# Klonopin/Valium as sleeping aid?



## daniel34 (Mar 6, 2007)

I've read a few posts where people take Klonopin as a form of sleep aid. For the past 2 weeks I've been taking about 1 to 1.5 mg of K about an hour before bed and find that it makes me more relaxed and calm. I usually don't have trouble falling asleep whereas before I did. After a few weeks, I'm finding that I may need to augment my dosage to get the same effect. I'm just curious what the difference between K and Valium are as far as the relaxing/calming effect. I'm thinking of asking my doc to prescribe me Valium just to try it out. Does it induce a more relaxed state compared to Klonopin??


----------



## Noca (Jun 24, 2005)

valium supposedly has muscle relaxing properties


----------



## daniel34 (Mar 6, 2007)

Noca said:


> valium supposedly has muscle relaxing properties


Can you please elaborate on this? To me, Klonopin makes me relaxed as well but I'm not sure what part of me is relaxed (it just makes me tired and drowsy). thanks.


----------



## UltraShy (Nov 8, 2003)

Noca said:


> valium supposedly has muscle relaxing properties


I've probably consumed more Valium than most folks on this board and I sure can't find these muscle relaxing properties, but then I didn't suffer from muscle spasms so that could help explain it -- treating a problem that doesn't exist. Valium feels the same as Xanax & Ativan to me. I'm not a fan of Klonopin myself, though many like it and YMMV.


----------



## Speak Easy (Jun 27, 2006)

Don't all benzos have muscle relaxing properties to some degree or another? To the poster: I try to dissuade anyone from using benzos as long-term sleep treatment, because in the long-run, you're only hurting yourself.


----------



## korey (Apr 25, 2006)

Valium produces more sedation than anxiety relief (compared to Xanax, at least). I think Klonopin is more often indicated for anxiety or even convulsions, but as far as benzo sleep aids go, Valium would probably be a better choice than Klonopin.
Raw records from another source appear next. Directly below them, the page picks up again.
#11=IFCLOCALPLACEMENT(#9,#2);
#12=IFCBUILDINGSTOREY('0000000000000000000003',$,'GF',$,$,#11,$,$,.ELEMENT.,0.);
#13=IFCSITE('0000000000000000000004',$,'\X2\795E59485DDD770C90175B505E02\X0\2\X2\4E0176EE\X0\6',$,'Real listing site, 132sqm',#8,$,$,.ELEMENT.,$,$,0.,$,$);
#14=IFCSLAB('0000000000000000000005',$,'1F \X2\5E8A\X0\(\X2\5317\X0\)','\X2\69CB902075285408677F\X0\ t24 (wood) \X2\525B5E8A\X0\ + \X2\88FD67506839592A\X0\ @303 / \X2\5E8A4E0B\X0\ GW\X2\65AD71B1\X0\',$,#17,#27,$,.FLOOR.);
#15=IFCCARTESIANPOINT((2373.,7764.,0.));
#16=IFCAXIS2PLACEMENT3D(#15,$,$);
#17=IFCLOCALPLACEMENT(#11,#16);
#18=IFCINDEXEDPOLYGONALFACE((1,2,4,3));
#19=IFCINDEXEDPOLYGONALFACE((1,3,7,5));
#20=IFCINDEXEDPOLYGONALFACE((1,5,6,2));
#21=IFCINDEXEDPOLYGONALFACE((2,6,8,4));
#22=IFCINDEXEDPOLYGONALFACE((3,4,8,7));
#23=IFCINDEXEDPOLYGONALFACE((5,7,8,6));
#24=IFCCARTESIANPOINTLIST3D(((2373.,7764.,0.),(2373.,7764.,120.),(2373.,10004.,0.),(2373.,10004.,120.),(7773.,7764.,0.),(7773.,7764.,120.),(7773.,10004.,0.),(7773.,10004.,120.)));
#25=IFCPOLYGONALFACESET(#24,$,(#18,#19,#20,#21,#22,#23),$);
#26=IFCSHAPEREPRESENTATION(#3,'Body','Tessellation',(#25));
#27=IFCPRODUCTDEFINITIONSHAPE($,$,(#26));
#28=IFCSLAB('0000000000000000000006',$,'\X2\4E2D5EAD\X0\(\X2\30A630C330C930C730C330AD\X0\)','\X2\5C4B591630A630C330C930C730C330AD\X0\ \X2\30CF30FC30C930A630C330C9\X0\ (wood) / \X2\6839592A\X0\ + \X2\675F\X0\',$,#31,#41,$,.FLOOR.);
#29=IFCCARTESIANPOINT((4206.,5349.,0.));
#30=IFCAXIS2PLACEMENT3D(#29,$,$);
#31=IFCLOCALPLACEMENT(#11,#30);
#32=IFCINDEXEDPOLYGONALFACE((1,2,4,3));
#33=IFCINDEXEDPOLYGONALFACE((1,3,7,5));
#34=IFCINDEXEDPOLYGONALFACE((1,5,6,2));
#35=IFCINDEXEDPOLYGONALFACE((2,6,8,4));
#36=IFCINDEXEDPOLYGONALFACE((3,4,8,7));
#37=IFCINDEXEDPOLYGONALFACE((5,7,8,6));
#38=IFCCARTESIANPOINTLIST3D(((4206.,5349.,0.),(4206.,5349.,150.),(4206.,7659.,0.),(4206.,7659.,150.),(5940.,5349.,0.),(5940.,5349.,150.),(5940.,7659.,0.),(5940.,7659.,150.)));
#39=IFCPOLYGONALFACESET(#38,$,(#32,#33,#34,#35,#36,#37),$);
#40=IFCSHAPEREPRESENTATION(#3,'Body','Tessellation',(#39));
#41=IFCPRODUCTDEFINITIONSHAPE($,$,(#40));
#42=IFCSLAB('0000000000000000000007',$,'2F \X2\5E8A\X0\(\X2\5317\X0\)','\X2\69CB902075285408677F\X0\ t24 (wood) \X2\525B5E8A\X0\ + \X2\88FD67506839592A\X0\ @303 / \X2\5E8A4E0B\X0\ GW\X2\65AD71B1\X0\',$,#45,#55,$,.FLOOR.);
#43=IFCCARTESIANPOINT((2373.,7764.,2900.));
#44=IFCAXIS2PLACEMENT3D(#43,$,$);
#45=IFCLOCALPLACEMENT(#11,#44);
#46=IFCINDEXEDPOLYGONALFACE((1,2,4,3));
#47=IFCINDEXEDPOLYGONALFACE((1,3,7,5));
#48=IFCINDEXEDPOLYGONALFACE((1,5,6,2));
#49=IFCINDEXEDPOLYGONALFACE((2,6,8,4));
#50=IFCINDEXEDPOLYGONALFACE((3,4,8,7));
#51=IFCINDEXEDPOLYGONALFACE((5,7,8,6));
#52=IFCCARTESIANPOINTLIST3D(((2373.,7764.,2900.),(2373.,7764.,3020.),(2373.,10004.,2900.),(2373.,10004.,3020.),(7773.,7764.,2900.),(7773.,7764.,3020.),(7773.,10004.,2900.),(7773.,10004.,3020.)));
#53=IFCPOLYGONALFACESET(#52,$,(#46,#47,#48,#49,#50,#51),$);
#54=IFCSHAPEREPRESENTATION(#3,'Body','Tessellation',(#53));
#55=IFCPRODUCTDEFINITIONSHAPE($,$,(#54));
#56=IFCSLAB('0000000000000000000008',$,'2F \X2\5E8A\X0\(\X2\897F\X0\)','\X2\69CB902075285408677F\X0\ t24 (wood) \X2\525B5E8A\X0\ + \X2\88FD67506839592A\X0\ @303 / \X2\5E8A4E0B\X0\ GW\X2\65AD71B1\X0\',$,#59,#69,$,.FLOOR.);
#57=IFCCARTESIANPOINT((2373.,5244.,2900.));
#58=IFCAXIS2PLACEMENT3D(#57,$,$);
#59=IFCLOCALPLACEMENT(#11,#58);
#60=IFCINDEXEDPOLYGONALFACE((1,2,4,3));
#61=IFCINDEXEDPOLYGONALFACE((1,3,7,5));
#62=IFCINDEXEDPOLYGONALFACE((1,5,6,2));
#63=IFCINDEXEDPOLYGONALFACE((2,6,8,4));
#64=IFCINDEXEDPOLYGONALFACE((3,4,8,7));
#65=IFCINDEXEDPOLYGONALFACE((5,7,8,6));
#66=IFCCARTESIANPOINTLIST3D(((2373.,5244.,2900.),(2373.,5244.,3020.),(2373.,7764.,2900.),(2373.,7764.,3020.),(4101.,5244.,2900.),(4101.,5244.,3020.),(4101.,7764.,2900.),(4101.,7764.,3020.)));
Before everyone explodes into rants about how benzos are terrible sleep aids because of the tolerance, etc., let me strike to it first! Benzos can make good _short-term_ sleep aids. Benzos do not make good long-term sleep aids because yes, tolerance will eventually build up and they will become useless


----------



## korey (Apr 25, 2006)

Or second, at least :b


----------



## daniel34 (Mar 6, 2007)

Yes, I've only been on Klonopin for a few weeks. Maybe I'll give Valium a try. And thanks for the suggestion about the tolerance side effects. I'm not a big fan of meds itself so I'm considering this a short-term fix. 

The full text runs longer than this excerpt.